麻斑这两天一直在调查市场上的粮食行情,除了发现粮食价格异常,其余一无所获。
至于丹雨城粮仓为何迟迟没有开仓,为何不赶紧投放接济粮稳定市场,麻斑并不知道。
他曾试图接近粮仓,但那里的守备比以往更加森严,哪怕是他这种闭着眼睛都知道路怎么走的前任粮官,也没办法偷偷混进去。
费尽心思却又一无所获,麻斑不免有些气馁,现在又恰逢龙火节烟花庆典,北城的居民都跑到南城看烟花去了,他也就随波逐流去了南城,找到一处相对不那么拥挤的地方看烟火,打算借此调整一下心情。
不过,像这种主流节日的盛大庆典,“不拥挤”的另一层含义就是“偏僻”,观看角度非常差,所以才没什么人。
麻斑动身的时候比较晚,好位置早就让人挤完了,只能站在偏僻的犄角旮旯,周围影响观看的建筑物很多,烟花燃放地点也很远,从这里望去只能看到一小片。
回想此前,如果自己还是粮官,这种节日不说去顶格观景台,好歹也可以被安排到观景体验很好的室内,坐着那里悠然看烟花,而不是像现在这样站在犄角旮旯。
不过,麻斑并没有觉得后悔,他沉声嘟囔道:“这些官吏只手遮天,目无法纪,我被停职了也好,本来我也不屑于与他们同流合污,这世间自有公平与正义在,他们迟早有落马的一天!”
就在麻斑喃喃自语时,旁边一名看热闹的乞丐敲了敲碗,指着南方的夜空说:“嘿,烟花好像朝着我们这边来了。”
麻斑不免笑道:“龙火节庆典有固定场地,烟花放射角度也是固定的,怎么可能朝着我们这边来?”
乞丐又在晚上敲了一下,很肯定地说:“你自己看嘛,是不是离我们更近了?”
麻斑下意识抬起头看去,不禁眯起眼。
怪事
这乞丐说得还真没错,刚才从这里看出去,只能看到夜空很小一片区域燃着烟花,现在却是三分之一夜幕都被烟花占据,就像天空中出现了一只无形的大手,将南城的烟花往北推了推。
麻斑皱眉嘀咕道:“这不可能啊,就算是风力导致烟花偏移,丹雨城凛冬季吹的都是北风,烟花要移也是往南部的石滩偏移,为什么会往北”

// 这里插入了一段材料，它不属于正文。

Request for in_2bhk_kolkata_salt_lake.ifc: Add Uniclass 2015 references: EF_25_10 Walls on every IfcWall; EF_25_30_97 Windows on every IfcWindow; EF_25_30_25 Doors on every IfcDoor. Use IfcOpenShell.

First a look at what the model holds.

```python
import ifcopenshell

model = ifcopenshell.open("in_2bhk_kolkata_salt_lake.ifc")
print(model.schema)
print("classifications:", [c.Name for c in model.by_type("IfcClassification")])
for ifc_class in ("IfcDoor", "IfcRoof", "IfcStair", "IfcWall", "IfcWindow"):
    print(ifc_class, len(model.by_type(ifc_class)))
```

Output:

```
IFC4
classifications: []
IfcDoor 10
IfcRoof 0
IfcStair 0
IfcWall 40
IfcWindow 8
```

```python
import ifcopenshell
import ifcopenshell.api.classification

model = ifcopenshell.open("in_2bhk_kolkata_salt_lake.ifc")

system = ifcopenshell.api.classification.add_classification(model, classification="Uniclass 2015")

codes = {
    "IfcWall": ("EF_25_10", "Walls"),
    "IfcWindow": ("EF_25_30_97", "Windows"),
    "IfcDoor": ("EF_25_30_25", "Doors"),
}
for ifc_class, (code, name) in codes.items():
    products = model.by_type(ifc_class)
    ifcopenshell.api.classification.add_reference(
        model, products=products, classification=system, identification=code, name=name
    )
    print(code, len(products))

model.write("in_2bhk_kolkata_salt_lake_rev.ifc")
```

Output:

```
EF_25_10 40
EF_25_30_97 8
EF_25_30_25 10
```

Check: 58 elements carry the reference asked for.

就在麻斑不解时,夜空中的烟花规模正在以肉眼可见的速度扩大,短时间内就占据了半片夜幕,头顶皆是烟花璀璨,星火飘摇,流光万道瑞彩千条,光从视觉效果来说还真是绝佳体验。
乞丐见此乐呵地敲起碗,沾沾自喜地说:“看我多聪明,早早选了现在这个位置,还好没像其他人那样往前挤。这不,烟花主动朝我这边来了~这个角度怕是比广场上的观景台还舒服。”
乞丐傻兮兮地乐呵,麻斑心中却宛如压了一块巨石,无比沉郁,他额上冒出些许冷汗,自言自语说:“这不对啊烟花怎么会发生这么大规模的偏移庆典场地肯定没有动,也动不了。这这只能是风向变了”
乞丐扣着鼻子说:“你傻啊你,凛冬季的风都是从北往南吹,哪有从南往北吹的?那不是见鬼了吗?”
就像是神明开的一个玩笑,乞丐话音落下的刹那,从他们背后吹来的北风突然停了
风平,寂静,仿佛有一只大手掐断风脉,让周围化作了一片诡异的无风区。
紧接着,风从迎面吹来
南风起!
夹杂着烟火焦味的南风从前方扑面而来,一开始还算柔和,到后面风力越来越大,焦味也越来越浓,让人不禁发呛。
乞丐感受着迎面吹来的风,人都傻了,他呆呆看着自己的双手,又惊又喜地说:“难道我就是传说中的神明后裔,有开口改变自然万物的能力?!”
大风吹着吹着,麻斑感觉有什么东西洒落下来,还差点糊了眼,他下意识在脸上一抹,定睛看去,发现手上满是黑痕,那都是烟花燃放后形成的余烬。
抬头再看天际,夜幕已是星火交织,没达到爆燃点的烟花撕裂天穹,带着燃烧的痕迹不断攀升高度,紧接着炸开一片片耀眼光芒,将浓郁的黑夜彻底吞噬,仿若一条条火龙狂舞。